This is a guest post from Jeff Simpson, a Senior Software Engineer and resident biking badass here at VictorOps.
Who is Jeff?
Over the course of his 20-year career, Jeff has showed aptitude for Unix sysadmin and the packaging of software. Because of this, he’s had no choice but to fall into a DevOps methodology. It’s always been ad-hoc and never formal but he seems to be the one to get the deployment going on the dev end.
He was using Chef at a previous job but is pretty excited as the VictorOps team has recently migrated to Puppet from CFEngine. Using Puppet allows for more flexibility since it was created in Ruby. Additionally, Puppet has a repository of policies, an engaged community that loves to contribute and good documentation.

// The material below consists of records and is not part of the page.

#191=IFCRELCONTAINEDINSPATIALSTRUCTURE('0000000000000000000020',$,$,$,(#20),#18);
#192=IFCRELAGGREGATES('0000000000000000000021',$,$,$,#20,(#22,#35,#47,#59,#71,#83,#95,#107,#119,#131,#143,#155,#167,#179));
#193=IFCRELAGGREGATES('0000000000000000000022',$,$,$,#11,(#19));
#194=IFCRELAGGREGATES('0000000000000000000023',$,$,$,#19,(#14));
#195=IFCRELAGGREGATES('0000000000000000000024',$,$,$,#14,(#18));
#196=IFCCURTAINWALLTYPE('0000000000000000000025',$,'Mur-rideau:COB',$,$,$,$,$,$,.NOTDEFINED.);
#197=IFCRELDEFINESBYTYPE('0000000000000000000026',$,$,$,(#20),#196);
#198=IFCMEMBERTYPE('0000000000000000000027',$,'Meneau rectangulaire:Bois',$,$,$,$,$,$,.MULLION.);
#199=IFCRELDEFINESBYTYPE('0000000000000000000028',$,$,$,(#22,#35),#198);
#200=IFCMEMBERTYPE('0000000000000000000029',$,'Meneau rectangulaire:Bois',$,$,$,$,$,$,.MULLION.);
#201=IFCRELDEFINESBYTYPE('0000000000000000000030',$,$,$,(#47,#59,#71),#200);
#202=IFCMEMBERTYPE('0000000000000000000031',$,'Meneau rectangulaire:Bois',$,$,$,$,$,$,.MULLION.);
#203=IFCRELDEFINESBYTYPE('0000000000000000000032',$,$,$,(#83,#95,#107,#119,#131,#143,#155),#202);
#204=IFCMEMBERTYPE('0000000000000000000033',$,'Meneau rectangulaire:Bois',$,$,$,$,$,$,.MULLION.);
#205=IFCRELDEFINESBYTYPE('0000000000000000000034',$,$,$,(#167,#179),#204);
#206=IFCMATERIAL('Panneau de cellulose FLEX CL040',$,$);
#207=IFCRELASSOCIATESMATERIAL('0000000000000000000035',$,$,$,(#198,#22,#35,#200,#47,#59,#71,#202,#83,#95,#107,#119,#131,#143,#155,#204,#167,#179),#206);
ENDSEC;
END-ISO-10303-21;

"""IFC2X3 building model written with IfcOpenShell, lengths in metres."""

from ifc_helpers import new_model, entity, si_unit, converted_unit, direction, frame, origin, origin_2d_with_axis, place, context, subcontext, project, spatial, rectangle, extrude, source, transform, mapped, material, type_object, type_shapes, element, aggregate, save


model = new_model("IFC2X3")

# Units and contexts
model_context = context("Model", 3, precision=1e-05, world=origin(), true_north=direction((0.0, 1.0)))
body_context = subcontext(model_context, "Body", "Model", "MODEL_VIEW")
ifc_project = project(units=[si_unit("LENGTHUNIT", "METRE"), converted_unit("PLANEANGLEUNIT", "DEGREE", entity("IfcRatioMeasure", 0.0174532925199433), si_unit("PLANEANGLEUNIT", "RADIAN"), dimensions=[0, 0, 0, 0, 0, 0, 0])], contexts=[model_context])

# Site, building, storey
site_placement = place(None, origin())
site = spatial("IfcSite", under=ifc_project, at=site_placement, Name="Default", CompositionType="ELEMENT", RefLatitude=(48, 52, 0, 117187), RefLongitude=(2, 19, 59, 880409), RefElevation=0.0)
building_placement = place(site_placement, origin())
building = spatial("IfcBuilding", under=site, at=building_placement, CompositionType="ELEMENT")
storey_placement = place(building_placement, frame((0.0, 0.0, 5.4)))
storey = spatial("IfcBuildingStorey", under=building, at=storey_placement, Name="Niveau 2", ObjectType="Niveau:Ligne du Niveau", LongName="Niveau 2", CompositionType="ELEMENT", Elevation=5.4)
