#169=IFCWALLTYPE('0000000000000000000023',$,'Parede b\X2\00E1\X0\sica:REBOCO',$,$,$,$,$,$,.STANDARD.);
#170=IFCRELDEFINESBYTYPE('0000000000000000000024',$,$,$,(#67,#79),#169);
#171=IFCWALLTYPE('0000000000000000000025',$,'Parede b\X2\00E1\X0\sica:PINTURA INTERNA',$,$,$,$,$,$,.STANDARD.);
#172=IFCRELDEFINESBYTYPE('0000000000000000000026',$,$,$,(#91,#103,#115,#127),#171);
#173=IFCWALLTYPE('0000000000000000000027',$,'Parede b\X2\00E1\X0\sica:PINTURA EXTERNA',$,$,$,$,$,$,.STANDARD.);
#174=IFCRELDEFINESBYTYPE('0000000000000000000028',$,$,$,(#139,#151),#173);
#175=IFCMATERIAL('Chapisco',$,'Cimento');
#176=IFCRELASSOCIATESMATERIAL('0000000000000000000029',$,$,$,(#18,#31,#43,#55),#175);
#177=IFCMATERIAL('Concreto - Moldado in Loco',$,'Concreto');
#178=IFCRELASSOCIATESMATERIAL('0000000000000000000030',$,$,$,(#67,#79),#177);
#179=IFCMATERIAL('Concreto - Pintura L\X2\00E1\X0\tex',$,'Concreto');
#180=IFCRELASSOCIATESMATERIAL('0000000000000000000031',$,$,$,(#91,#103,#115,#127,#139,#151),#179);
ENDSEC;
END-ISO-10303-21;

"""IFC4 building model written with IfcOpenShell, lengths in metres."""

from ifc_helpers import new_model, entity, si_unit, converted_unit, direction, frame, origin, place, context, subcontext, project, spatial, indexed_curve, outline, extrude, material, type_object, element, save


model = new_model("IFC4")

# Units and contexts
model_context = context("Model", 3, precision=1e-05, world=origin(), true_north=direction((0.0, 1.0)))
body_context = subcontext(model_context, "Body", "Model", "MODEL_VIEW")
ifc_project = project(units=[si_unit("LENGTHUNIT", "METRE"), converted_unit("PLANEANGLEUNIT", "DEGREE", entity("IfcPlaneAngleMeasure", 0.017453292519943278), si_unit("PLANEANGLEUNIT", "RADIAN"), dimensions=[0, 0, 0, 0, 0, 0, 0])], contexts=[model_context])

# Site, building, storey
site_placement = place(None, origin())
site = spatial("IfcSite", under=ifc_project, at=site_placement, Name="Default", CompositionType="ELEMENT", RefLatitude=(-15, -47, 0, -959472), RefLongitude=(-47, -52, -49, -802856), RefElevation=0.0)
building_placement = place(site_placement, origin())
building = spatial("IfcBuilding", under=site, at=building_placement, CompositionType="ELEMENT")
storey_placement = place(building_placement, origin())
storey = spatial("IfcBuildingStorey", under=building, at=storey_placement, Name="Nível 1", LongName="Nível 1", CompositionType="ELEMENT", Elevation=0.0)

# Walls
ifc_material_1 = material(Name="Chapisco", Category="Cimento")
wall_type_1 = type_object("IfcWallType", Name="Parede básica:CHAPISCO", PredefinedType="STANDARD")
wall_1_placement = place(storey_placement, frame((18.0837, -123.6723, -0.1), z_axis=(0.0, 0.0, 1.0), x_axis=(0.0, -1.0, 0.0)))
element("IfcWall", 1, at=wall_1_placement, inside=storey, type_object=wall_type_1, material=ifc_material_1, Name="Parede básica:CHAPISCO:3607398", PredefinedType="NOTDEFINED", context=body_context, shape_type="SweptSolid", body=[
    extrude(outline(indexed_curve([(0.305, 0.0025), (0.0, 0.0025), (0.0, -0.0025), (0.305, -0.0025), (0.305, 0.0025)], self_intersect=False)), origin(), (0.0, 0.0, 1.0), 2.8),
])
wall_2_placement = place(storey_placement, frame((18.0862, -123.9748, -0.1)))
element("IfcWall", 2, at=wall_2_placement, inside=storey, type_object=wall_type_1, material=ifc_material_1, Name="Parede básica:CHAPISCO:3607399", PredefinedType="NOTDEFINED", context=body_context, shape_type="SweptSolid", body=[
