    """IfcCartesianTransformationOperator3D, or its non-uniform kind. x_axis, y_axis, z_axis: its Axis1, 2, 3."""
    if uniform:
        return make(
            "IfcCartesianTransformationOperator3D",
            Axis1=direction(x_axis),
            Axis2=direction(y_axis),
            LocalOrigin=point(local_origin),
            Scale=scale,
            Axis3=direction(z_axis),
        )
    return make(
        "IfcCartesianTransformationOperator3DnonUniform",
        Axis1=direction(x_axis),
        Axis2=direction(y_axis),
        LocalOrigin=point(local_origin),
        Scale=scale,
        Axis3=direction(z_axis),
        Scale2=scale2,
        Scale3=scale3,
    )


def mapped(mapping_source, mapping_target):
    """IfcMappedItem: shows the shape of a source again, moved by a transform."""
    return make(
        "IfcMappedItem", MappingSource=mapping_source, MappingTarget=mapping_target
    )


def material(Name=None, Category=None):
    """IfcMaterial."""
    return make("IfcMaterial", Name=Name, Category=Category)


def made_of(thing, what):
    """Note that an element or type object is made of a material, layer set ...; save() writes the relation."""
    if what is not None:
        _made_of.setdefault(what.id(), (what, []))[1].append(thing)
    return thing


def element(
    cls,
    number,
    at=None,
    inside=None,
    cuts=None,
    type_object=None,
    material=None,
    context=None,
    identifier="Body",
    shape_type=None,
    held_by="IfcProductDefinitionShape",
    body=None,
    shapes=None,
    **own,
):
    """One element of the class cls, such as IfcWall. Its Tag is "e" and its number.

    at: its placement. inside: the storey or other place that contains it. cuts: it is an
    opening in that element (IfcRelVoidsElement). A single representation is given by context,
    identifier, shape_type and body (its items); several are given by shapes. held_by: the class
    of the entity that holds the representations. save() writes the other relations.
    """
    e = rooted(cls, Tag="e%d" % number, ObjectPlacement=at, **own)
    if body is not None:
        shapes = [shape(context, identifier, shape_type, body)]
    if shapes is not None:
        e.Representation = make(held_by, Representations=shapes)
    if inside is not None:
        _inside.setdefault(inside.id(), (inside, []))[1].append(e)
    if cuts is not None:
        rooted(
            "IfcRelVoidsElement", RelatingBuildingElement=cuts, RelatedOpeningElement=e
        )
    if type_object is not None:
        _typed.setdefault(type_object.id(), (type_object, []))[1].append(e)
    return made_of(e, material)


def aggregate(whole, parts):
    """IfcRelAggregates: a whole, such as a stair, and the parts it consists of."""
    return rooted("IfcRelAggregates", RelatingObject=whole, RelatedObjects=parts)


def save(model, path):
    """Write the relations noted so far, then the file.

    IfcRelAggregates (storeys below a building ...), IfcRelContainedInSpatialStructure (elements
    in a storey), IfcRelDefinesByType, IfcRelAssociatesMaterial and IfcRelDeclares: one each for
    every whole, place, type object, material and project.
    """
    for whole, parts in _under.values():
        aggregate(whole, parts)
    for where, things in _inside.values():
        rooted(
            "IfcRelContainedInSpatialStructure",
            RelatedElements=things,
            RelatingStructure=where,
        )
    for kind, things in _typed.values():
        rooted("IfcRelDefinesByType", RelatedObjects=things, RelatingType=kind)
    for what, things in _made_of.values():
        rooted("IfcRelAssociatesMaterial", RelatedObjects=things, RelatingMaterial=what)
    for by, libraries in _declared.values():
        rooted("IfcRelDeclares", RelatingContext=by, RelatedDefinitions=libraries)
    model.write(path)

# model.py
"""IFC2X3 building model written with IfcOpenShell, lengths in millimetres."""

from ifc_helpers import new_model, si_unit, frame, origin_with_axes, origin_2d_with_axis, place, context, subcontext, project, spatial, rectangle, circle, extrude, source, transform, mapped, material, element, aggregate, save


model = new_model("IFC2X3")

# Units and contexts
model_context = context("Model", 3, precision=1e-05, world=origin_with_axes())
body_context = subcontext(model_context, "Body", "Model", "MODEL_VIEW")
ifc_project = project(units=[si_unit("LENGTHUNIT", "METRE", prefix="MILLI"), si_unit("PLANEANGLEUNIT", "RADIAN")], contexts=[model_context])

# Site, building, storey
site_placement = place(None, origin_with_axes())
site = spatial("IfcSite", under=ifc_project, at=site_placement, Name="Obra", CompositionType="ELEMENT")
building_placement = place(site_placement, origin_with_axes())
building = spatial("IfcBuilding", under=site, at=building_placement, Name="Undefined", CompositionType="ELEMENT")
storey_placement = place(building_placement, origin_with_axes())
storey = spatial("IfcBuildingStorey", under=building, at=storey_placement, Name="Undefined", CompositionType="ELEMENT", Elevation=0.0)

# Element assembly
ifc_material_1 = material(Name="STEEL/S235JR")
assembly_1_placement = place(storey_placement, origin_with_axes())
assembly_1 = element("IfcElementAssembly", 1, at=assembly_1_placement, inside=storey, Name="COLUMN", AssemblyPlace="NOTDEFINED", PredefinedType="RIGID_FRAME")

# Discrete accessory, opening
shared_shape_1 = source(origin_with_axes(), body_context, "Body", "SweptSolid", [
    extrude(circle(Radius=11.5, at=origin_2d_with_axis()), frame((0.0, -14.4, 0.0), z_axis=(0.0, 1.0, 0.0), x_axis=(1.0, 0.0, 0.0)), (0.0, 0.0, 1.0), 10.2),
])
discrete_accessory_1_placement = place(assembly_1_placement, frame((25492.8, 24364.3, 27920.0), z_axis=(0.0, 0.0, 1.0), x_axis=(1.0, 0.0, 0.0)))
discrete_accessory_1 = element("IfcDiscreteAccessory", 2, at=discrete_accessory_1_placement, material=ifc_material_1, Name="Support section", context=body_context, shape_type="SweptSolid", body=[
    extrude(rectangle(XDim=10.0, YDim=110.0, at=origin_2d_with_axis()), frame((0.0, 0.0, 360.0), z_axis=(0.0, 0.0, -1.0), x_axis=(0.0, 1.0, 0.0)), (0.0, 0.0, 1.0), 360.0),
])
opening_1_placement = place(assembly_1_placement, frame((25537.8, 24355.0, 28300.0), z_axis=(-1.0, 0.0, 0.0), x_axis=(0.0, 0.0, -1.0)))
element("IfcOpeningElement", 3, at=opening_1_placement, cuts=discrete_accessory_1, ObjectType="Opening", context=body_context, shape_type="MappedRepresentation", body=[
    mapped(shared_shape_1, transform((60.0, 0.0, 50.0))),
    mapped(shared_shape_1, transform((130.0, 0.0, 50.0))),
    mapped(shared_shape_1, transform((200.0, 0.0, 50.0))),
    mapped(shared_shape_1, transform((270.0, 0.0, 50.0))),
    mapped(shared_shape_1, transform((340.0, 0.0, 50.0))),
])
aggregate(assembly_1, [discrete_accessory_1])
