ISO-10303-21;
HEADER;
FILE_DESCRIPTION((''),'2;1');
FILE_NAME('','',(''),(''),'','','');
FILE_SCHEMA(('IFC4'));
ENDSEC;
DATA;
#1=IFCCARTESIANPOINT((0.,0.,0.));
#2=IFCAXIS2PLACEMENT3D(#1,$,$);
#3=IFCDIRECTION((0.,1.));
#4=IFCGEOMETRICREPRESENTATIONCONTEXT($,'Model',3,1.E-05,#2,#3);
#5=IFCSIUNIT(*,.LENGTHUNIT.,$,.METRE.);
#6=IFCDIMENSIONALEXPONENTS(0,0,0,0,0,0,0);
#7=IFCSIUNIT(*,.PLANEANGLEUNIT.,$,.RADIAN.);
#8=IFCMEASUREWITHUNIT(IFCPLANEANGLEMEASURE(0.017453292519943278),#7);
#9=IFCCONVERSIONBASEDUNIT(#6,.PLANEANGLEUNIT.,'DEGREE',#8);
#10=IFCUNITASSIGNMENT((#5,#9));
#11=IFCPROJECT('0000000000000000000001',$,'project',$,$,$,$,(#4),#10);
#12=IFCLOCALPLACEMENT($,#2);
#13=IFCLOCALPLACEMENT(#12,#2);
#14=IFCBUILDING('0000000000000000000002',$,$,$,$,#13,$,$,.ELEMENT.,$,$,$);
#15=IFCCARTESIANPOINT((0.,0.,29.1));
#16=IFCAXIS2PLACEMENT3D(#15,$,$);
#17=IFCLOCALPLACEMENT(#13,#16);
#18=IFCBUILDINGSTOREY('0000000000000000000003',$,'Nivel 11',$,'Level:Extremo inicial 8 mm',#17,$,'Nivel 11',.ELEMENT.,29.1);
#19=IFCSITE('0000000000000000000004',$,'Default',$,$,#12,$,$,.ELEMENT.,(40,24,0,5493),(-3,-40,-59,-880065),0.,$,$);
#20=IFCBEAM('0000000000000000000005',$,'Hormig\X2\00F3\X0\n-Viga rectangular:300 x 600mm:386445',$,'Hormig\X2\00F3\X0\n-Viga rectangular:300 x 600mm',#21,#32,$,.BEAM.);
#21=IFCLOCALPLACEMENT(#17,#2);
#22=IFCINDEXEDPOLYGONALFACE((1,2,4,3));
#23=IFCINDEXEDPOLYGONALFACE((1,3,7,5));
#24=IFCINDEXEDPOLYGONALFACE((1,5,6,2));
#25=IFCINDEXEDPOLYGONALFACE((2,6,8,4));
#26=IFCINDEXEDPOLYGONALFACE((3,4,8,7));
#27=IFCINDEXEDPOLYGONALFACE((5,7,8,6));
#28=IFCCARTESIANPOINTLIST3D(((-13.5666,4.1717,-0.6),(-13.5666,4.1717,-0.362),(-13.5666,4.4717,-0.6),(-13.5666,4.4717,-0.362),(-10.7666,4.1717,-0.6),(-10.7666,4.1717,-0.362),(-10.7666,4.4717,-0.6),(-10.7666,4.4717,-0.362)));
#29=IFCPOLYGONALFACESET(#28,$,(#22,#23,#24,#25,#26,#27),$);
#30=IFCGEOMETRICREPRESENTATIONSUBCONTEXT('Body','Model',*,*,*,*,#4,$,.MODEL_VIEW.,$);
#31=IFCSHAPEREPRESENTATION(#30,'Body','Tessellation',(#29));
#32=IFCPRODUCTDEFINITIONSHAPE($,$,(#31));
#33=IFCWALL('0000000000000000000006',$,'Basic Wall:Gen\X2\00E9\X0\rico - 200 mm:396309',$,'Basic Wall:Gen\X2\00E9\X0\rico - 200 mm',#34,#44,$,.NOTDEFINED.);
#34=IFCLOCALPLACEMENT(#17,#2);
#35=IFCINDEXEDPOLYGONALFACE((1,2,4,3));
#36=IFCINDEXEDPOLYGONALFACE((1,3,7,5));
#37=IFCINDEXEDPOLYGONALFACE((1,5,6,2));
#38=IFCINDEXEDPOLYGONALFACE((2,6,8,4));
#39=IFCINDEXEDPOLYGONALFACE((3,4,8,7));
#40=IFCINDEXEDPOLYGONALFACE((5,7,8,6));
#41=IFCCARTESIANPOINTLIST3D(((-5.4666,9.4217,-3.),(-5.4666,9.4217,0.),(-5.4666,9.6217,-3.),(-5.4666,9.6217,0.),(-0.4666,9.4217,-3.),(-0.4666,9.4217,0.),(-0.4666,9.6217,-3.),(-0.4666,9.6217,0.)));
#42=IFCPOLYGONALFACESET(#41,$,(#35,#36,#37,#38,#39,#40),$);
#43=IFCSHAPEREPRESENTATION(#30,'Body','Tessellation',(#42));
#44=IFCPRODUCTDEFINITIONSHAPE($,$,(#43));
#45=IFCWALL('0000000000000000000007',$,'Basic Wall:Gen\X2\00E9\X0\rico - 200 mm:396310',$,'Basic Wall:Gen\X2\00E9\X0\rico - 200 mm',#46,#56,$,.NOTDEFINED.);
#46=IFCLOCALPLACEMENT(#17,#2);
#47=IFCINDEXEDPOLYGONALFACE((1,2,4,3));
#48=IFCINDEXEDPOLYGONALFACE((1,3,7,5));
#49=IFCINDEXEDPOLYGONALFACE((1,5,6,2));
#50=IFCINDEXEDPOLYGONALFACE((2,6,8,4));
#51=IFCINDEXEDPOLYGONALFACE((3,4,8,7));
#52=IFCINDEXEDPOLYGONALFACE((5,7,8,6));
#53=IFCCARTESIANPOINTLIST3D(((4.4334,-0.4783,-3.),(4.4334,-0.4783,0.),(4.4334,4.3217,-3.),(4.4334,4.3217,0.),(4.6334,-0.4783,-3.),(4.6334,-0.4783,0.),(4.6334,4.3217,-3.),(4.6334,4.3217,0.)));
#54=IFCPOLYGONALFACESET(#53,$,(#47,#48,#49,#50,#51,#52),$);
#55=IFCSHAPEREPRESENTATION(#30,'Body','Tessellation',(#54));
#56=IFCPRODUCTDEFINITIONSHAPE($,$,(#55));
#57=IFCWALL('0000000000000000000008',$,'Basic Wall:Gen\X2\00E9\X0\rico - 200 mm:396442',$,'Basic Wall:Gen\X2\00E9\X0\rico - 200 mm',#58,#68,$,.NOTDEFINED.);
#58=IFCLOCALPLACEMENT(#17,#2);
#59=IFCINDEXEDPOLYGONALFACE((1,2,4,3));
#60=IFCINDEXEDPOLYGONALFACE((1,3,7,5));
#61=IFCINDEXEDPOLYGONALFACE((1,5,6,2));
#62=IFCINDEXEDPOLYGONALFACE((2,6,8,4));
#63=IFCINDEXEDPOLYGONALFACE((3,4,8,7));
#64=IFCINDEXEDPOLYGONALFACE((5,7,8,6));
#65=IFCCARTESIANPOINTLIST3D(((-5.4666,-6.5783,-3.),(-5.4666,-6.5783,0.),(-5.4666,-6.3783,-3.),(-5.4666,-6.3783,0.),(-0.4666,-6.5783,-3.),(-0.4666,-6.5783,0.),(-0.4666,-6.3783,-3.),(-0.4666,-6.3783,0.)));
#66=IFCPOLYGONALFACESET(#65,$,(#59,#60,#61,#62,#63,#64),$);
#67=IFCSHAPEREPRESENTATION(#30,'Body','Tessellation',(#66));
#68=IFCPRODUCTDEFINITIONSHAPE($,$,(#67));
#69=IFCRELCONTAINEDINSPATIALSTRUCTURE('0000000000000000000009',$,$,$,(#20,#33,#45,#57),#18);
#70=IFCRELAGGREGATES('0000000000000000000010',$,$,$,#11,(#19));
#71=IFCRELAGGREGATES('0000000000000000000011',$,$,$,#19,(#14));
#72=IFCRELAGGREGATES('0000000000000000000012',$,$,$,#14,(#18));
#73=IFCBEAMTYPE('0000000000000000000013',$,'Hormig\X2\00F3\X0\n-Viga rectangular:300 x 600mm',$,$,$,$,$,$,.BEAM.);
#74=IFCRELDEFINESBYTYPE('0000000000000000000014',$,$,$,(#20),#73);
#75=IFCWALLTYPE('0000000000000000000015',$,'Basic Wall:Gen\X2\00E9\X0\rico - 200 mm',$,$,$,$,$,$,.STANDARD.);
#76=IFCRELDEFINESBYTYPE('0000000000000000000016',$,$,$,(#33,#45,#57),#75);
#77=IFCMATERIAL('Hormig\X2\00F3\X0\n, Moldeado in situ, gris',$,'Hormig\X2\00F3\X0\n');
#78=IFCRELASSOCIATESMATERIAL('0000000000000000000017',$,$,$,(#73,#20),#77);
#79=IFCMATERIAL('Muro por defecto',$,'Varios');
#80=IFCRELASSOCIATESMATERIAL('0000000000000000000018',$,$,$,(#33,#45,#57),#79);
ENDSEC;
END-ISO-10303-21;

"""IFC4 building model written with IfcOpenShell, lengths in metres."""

from ifc_helpers import new_model, entity, si_unit, converted_unit, direction, frame, origin, place, context, subcontext, project, spatial, indexed_curve, outline, extrude, source, transform, mapped, material, type_object, type_shapes, element, save


model = new_model("IFC4")

# Units and contexts
model_context = context("Model", 3, precision=1e-05, world=origin(), true_north=direction((0.0, 1.0)))
body_context = subcontext(model_context, "Body", "Model", "MODEL_VIEW")
ifc_project = project(units=[si_unit("LENGTHUNIT", "METRE"), converted_unit("PLANEANGLEUNIT", "DEGREE", entity("IfcPlaneAngleMeasure", 0.017453292519943278), si_unit("PLANEANGLEUNIT", "RADIAN"), dimensions=[0, 0, 0, 0, 0, 0, 0])], contexts=[model_context])

# Site, building, storey
site_placement = place(None, origin())
site = spatial("IfcSite", under=ifc_project, at=site_placement, Name="Default", CompositionType="ELEMENT", RefLatitude=(40, 24, 0, 5493), RefLongitude=(-3, -40, -59, -880065), RefElevation=0.0)
building_placement = place(site_placement, origin())
building = spatial("IfcBuilding", under=site, at=building_placement, CompositionType="ELEMENT")
storey_placement = place(building_placement, frame((0.0, 0.0, 29.1)))
storey = spatial("IfcBuildingStorey", under=building, at=storey_placement, Name="Nivel 11", ObjectType="Level:Extremo inicial 8 mm", LongName="Nivel 11", CompositionType="ELEMENT", Elevation=29.1)

# Shared definitions
ifc_material_1 = material(Name="Hormigón, Moldeado in situ, gris", Category="Hormigón")

# Beam
beam_type_1 = type_object("IfcBeamType", Name="Hormigón-Viga rectangular:300 x 600mm", PredefinedType="BEAM", material=ifc_material_1)
shared_shape_1 = source(origin(), body_context, "Body", "SweptSolid", [
    extrude(outline(indexed_curve([(-0.119, -0.15), (0.119, -0.15), (0.119, 0.15), (-0.119, 0.15), (-0.119, -0.15)], self_intersect=False)), frame((-10.7666, 4.3217, 28.619), z_axis=(-1.0, 0.0, 0.0), x_axis=(0.0, 0.0, -1.0)), (0.0, 0.0, 1.0), 2.8),
])
type_shapes(beam_type_1, [shared_shape_1])
beam_1_placement = place(storey_placement, frame((0.0, 0.0, -29.1)))
element("IfcBeam", 1, at=beam_1_placement, inside=storey, type_object=beam_type_1, material=ifc_material_1, Name="Hormigón-Viga rectangular:300 x 600mm:386445", ObjectType="Hormigón-Viga rectangular:300 x 600mm", PredefinedType="BEAM", context=body_context, shape_type="MappedRepresentation", body=[
    mapped(shared_shape_1, transform((0.0, 0.0, 0.0), scale=1.0)),
])

# Walls
ifc_material_2 = material(Name="Muro por defecto", Category="Varios")
wall_type = type_object("IfcWallType", Name="Basic Wall:Genérico - 200 mm", PredefinedType="STANDARD")
wall_1_placement = place(storey_placement, frame((-5.4666, 9.5217, -3.0)))
element("IfcWall", 2, at=wall_1_placement, inside=storey, type_object=wall_type, material=ifc_material_2, Name="Basic Wall:Genérico - 200 mm:396309", ObjectType="Basic Wall:Genérico - 200 mm", PredefinedType="NOTDEFINED", context=body_context, shape_type="SweptSolid", body=[
    extrude(outline(indexed_curve([(5.0, 0.1), (0.0, 0.1), (0.0, -0.1), (5.0, -0.1), (5.0, 0.1)], self_intersect=False)), origin(), (0.0, 0.0, 1.0), 3.0),
])
wall_2_placement = place(storey_placement, frame((4.5334, 4.3217, -3.0), z_axis=(0.0, 0.0, 1.0), x_axis=(0.0, -1.0, 0.0)))
element("IfcWall", 3, at=wall_2_placement, inside=storey, type_object=wall_type, material=ifc_material_2, Name="Basic Wall:Genérico - 200 mm:396310", ObjectType="Basic Wall:Genérico - 200 mm", PredefinedType="NOTDEFINED", context=body_context, shape_type="SweptSolid", body=[
    extrude(outline(indexed_curve([(4.8, 0.1), (0.0, 0.1), (0.0, -0.1), (4.8, -0.1), (4.8, 0.1)], self_intersect=False)), origin(), (0.0, 0.0, 1.0), 3.0),
])
wall_3_placement = place(storey_placement, frame((-5.4666, -6.4783, -3.0)))
element("IfcWall", 4, at=wall_3_placement, inside=storey, type_object=wall_type, material=ifc_material_2, Name="Basic Wall:Genérico - 200 mm:396442", ObjectType="Basic Wall:Genérico - 200 mm", PredefinedType="NOTDEFINED", context=body_context, shape_type="SweptSolid", body=[
    extrude(outline(indexed_curve([(5.0, 0.1), (0.0, 0.1), (0.0, -0.1), (5.0, -0.1), (5.0, 0.1)], self_intersect=False)), origin(), (0.0, 0.0, 1.0), 3.0),
])

save(model, "model.ifc")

The main challenge for the VictorOps stack is the bridge between Puppet-managed configuration for the VO app itself. This is where most of the errors occur and the most critical part relative to deployment. Everything else is testable using VAGRANT but Jeff is hoping to move more towards using Puppet itself to orchestrate releases.
While Jeff has never been officially on-call at other jobs before, his career history is comprised of working at start-ups, which means that everyone is always unofficially on-call. If there’s a large enough team, it’s not really a big deal.
The only real problem that Jeff sees about being on-call is that occasionally he forgets that he’s actually on-call. He recalls a time when he was up in the mountains, riding bikes at night, at least an hour from home, when he remembered that he was on-call. Fortunately, there weren’t any big firefights that night but Jeff would love to see an out-of-range notification in VictorOps that alerts you when you’ve traveled somewhere that limits connectivity or might cause you to miss an incident escalation.
When I asked Jeff about devs who don’t want to carry the pager, his response…”Are there any who really want to?”
How does it work here?
At VictorOps (as with DevOps itself), there is a team approach to everything that goes on. Mike, our Senior Director of IT, is steering the direction and facilitating the system itself. He is in charge of configuration management, has built out the generic Puppet plumbing with base policies, takes care of Ubuntu installation and all other issues that arise when setting up additional data centers. But it’s the developers that fill out the last details: knowing what versions & tools the platform server needs, tying in some of the plumbing with the app, database configuration and helping with replication.
To add value to our monitoring set-up, we’ve also started using Rearview. Jeff wrote a Scala version which feeds off graphite data and sends an alert when a certain number of events pass a predetermined threshold. It’s a matter of passive monitoring versus Nagios, which is an example of active monitoring. Rearview isn’t directly reaching into an app to get data (hence, the passive monitoring) but with scripts wired into Nagios, the program can make sure clusters are healthy, check specific orgs and provide a continuous feed of alerts that we’re monitoring. Basically, Rearview insures that we have good end-to-end alert processing. This is key when doing a deployment because if you break alert processing, that’s not a good thing.
“At VictorOps, I think we’re doing a good job at DevOps. I just hope we don’t need to use our product much.”